DATA EXCERPTS:
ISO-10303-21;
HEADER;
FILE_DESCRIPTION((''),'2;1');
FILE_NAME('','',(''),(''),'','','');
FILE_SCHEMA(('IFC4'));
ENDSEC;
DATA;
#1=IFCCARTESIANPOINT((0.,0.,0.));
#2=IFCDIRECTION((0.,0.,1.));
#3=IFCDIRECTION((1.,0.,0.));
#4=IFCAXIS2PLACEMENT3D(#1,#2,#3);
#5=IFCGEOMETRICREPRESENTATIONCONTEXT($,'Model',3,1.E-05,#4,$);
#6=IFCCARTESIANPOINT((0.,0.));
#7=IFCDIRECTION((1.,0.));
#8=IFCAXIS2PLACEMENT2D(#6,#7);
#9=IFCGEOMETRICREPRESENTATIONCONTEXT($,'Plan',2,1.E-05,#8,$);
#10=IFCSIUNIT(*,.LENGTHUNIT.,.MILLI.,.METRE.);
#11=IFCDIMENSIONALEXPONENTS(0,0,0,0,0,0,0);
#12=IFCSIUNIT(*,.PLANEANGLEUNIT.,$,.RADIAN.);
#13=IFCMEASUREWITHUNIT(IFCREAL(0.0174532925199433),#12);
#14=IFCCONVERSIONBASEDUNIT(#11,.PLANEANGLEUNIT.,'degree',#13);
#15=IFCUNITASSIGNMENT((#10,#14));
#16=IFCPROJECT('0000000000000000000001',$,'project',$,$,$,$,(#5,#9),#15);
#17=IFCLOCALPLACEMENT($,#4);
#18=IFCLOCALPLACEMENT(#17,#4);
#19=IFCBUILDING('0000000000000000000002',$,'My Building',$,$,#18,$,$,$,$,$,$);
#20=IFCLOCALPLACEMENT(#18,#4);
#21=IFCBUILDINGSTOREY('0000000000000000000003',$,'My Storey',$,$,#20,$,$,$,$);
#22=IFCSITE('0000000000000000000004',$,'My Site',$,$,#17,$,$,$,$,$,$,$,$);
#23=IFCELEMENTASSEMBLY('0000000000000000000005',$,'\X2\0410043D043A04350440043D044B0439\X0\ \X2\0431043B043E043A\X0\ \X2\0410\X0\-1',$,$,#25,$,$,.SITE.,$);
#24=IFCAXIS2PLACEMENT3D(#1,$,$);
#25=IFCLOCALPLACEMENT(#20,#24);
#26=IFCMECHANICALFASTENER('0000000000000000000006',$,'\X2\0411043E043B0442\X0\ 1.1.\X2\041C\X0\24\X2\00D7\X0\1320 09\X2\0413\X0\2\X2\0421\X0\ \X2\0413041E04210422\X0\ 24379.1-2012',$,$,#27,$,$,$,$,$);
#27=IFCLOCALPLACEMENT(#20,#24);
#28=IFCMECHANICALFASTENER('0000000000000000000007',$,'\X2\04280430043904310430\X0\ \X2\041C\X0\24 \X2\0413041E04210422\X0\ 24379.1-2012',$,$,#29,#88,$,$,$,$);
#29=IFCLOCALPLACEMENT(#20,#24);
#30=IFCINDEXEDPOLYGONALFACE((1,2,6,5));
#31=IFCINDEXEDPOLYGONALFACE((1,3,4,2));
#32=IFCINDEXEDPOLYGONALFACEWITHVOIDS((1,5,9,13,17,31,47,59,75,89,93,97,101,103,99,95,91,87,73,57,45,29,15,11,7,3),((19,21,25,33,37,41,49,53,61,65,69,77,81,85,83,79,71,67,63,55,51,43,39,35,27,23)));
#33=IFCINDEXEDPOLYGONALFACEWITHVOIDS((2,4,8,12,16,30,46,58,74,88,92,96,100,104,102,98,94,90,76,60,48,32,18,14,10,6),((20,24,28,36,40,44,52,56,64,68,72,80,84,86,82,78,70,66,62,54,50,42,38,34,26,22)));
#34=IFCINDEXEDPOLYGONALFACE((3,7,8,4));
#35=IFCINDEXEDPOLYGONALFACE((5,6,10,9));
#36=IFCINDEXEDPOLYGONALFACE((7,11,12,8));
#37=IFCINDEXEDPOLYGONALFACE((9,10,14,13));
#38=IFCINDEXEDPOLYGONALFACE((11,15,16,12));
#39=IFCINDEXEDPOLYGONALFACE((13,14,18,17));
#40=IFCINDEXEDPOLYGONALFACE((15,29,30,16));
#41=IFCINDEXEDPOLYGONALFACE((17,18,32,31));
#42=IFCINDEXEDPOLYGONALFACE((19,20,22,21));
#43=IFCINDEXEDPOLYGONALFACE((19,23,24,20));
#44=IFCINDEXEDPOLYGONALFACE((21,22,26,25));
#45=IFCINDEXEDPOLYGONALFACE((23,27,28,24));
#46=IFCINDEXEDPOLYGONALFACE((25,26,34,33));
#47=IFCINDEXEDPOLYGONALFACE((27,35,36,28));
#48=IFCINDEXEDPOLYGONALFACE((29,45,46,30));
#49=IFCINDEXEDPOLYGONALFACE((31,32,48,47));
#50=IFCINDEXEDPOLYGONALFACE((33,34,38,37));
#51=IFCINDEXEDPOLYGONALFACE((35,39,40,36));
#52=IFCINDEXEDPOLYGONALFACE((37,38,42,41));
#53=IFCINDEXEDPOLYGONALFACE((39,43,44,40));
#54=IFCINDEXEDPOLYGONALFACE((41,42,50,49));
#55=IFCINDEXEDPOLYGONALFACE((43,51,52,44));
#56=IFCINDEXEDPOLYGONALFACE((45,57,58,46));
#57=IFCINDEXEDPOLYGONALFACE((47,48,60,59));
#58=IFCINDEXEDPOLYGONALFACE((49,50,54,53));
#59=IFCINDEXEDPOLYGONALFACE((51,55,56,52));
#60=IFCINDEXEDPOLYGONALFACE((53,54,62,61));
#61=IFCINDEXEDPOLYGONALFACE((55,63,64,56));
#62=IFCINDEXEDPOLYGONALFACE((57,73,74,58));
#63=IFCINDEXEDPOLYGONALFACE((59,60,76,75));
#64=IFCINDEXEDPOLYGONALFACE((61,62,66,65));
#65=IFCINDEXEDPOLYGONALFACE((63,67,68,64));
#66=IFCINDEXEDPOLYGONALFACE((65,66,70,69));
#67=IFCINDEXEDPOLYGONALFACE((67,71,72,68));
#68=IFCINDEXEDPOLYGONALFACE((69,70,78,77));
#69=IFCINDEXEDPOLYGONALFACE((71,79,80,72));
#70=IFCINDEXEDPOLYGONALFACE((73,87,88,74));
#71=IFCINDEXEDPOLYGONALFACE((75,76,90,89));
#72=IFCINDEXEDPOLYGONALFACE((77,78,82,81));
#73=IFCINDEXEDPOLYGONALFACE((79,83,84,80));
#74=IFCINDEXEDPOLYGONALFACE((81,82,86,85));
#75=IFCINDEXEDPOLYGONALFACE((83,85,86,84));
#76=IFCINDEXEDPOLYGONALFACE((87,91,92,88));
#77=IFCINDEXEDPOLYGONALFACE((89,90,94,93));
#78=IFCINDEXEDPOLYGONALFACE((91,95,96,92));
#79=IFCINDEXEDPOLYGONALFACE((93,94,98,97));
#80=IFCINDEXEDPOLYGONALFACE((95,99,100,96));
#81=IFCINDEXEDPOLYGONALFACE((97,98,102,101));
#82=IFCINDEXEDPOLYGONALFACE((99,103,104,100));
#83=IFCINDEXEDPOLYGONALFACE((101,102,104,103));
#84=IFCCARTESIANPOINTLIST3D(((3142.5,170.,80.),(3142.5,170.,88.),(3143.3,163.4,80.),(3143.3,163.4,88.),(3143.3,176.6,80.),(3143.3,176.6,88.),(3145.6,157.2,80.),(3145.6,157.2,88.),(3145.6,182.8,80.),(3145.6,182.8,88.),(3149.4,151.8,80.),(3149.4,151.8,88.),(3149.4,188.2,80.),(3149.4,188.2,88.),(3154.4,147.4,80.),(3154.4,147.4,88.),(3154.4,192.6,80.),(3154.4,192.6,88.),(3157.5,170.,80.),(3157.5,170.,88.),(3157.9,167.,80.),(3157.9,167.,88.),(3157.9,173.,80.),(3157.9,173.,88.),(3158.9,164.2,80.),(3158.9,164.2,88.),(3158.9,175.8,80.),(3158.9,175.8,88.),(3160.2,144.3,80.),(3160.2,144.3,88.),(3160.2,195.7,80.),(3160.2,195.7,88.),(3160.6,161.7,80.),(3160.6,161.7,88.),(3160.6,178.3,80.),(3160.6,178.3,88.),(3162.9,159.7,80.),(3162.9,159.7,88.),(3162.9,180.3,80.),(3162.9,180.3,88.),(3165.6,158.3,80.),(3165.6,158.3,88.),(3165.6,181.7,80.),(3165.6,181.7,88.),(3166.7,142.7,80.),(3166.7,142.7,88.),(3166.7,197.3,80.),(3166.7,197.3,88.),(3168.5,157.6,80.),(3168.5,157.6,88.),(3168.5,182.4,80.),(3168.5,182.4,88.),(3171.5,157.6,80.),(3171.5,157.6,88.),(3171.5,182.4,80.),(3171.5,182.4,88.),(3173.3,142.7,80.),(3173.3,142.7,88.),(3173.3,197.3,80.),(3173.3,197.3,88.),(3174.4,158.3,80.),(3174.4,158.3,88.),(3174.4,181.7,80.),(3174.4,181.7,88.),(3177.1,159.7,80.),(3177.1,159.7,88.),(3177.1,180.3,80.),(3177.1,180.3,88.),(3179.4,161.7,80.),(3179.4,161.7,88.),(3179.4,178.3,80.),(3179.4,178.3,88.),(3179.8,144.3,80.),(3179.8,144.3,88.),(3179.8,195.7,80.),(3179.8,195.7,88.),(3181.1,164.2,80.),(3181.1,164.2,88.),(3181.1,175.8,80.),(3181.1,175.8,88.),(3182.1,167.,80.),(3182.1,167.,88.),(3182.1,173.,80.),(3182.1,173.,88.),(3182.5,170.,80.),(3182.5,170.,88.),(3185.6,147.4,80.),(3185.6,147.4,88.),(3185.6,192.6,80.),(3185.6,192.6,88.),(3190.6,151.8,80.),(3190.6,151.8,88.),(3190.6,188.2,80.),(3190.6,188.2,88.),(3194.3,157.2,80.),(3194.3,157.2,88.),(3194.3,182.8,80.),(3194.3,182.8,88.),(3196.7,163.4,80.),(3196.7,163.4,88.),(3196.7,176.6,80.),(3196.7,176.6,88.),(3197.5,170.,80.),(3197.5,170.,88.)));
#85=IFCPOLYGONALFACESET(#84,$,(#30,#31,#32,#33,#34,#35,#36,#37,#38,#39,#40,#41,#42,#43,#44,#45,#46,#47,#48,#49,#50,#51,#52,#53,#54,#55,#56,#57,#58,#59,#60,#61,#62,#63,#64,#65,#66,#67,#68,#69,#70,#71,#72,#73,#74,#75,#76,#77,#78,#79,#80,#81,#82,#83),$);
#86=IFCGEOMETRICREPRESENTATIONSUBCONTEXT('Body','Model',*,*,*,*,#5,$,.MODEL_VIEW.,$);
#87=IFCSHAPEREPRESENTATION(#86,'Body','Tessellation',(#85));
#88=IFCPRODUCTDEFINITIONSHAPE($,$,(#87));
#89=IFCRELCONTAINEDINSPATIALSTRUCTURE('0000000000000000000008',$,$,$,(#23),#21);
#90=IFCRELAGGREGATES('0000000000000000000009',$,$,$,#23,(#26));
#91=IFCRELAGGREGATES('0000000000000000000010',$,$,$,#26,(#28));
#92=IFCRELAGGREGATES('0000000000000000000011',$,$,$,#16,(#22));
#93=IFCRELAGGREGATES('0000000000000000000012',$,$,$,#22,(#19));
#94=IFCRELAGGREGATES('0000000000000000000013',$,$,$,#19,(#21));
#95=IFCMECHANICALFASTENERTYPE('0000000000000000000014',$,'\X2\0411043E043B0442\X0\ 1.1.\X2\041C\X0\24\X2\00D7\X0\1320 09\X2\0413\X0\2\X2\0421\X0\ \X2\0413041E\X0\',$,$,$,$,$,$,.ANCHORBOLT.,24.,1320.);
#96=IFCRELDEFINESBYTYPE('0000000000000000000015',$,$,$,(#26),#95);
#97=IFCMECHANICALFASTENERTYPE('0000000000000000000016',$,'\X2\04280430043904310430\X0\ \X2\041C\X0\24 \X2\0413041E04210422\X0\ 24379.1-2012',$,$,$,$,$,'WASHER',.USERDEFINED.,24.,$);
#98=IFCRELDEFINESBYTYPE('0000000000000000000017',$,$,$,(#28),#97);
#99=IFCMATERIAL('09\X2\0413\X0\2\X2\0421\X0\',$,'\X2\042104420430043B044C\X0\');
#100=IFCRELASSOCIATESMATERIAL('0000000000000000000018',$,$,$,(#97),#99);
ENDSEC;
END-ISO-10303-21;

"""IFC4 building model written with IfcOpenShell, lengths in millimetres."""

from ifc_helpers import new_model, entity, si_unit, converted_unit, frame, origin_with_axes, origin_2d_with_axis, place, context, subcontext, project, spatial, polyline, outline, extrude, source, transform, mapped, material, type_object, type_shapes, element, aggregate, save


model = new_model("IFC4")

# Units and contexts
model_context = context("Model", 3, precision=1e-05, world=origin_with_axes())
plan_context = context("Plan", 2, precision=1e-05, world=origin_2d_with_axis())
body_context = subcontext(model_context, "Body", "Model", "MODEL_VIEW")
ifc_project = project(units=[si_unit("LENGTHUNIT", "METRE", prefix="MILLI"), converted_unit("PLANEANGLEUNIT", "degree", entity("IfcReal", 0.0174532925199433), si_unit("PLANEANGLEUNIT", "RADIAN"), dimensions=[0, 0, 0, 0, 0, 0, 0])], contexts=[model_context, plan_context])

# Site, building, storey
site_placement = place(None, origin_with_axes())
site = spatial("IfcSite", under=ifc_project, at=site_placement, Name="My Site")
building_placement = place(site_placement, origin_with_axes())
building = spatial("IfcBuilding", under=site, at=building_placement, Name="My Building")
storey_placement = place(building_placement, origin_with_axes())
storey = spatial("IfcBuildingStorey", under=building, at=storey_placement, Name="My Storey")

# Element assembly, mechanical fasteners
assembly_placement = place(storey_placement, frame((3000.0, 0.0, 0.0), z_axis=(0.0, 0.0, 1.0), x_axis=(1.0, 0.0, 0.0)))
assembly = element("IfcElementAssembly", 1, at=assembly_placement, inside=storey, Name="Анкерный блок А-1", AssemblyPlace="SITE")
mechanical_fastener_type_1 = type_object("IfcMechanicalFastenerType", Name="Болт 1.1.М24×1320 09Г2С ГО", NominalDiameter=24.0, NominalLength=1320.0, PredefinedType="ANCHORBOLT")
ifc_material_1 = material(Name="09Г2С", Category="Сталь")
mechanical_fastener_1_placement = place(assembly_placement, frame((170.0, 170.0, 0.0), z_axis=(0.0, 0.0, 1.0), x_axis=(-1.0, 0.0, 0.0)))
mechanical_fastener_1 = element("IfcMechanicalFastener", 2, at=mechanical_fastener_1_placement, type_object=mechanical_fastener_type_1, Name="Болт 1.1.М24×1320 09Г2С ГОСТ 24379.1-2012")
aggregate(assembly, [mechanical_fastener_1])
mechanical_fastener_type_2 = type_object("IfcMechanicalFastenerType", Name="Шайба М24 ГОСТ 24379.1-2012", ElementType="WASHER", NominalDiameter=24.0, PredefinedType="USERDEFINED", material=ifc_material_1)
shared_shape_1 = source(origin_with_axes(), body_context, "Body", "SweptSolid", [
    extrude(outline(polyline([(27.5, 0.0), (26.7, 6.6), (24.4, 12.8), (20.6, 18.2), (15.6, 22.6), (9.8, 25.7), (3.3, 27.3), (-3.3, 27.3), (-9.8, 25.7), (-15.6, 22.6), (-20.6, 18.2), (-24.4, 12.8), (-26.7, 6.6), (-27.5, 0.0), (-26.7, -6.6), (-24.4, -12.8), (-20.6, -18.2), (-15.6, -22.6), (-9.8, -25.7), (-3.3, -27.3), (3.3, -27.3), (9.8, -25.7), (15.6, -22.6), (20.6, -18.2), (24.4, -12.8), (26.7, -6.6), (27.5, 0.0)]), holes=[polyline([(-4.4, -11.7), (-7.1, -10.3), (-9.4, -8.3), (-11.1, -5.8), (-12.1, -3.0), (-12.5, 0.0), (-12.1, 3.0), (-11.1, 5.8), (-9.4, 8.3), (-7.1, 10.3), (-4.4, 11.7), (-1.5, 12.4), (1.5, 12.4), (4.4, 11.7), (7.1, 10.3), (9.4, 8.3), (11.1, 5.8), (12.1, 3.0), (12.5, 0.0), (12.1, -3.0), (11.1, -5.8), (9.4, -8.3), (7.1, -10.3), (4.4, -11.7), (1.5, -12.4), (-1.5, -12.4), (-4.4, -11.7)])]), frame((0.0, 0.0, 0.0), z_axis=(0.0, 0.0, 1.0), x_axis=(0.120537, -0.992709, 0.0)), (0.0, 0.0, 1.0), 8.0),
])
type_shapes(mechanical_fastener_type_2, [shared_shape_1])
mechanical_fastener_2_placement = place(mechanical_fastener_1_placement, frame((0.0, 0.0, 80.0), z_axis=(0.0, 0.0, 1.0), x_axis=(1.0, 0.0, 0.0)))
mechanical_fastener_2 = element("IfcMechanicalFastener", 3, at=mechanical_fastener_2_placement, type_object=mechanical_fastener_type_2, Name="Шайба М24 ГОСТ 24379.1-2012", context=body_context, shape_type="MappedRepresentation", body=[
    mapped(shared_shape_1, transform((0.0, 0.0, 0.0), x_axis=(1.0, 0.0, 0.0), y_axis=(0.0, 1.0, 0.0), z_axis=(0.0, 0.0, 1.0), scale=1.0)),
])
aggregate(mechanical_fastener_1, [mechanical_fastener_2])

save(model, "model.ifc")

WORK TO BE COMPLETED: Retype only the lines above between the line with "#81=IFCINDEXEDPOLYGONALFACE((97,98,102,101));" and the line with "#83=IFCINDEXEDPOLYGONALFACE((101,102,104,103));", counting those two lines as well, and keep every character as it is.

EXERCISE SOLUTION:
#81=IFCINDEXEDPOLYGONALFACE((97,98,102,101));
#82=IFCINDEXEDPOLYGONALFACE((99,103,104,100));
#83=IFCINDEXEDPOLYGONALFACE((101,102,104,103));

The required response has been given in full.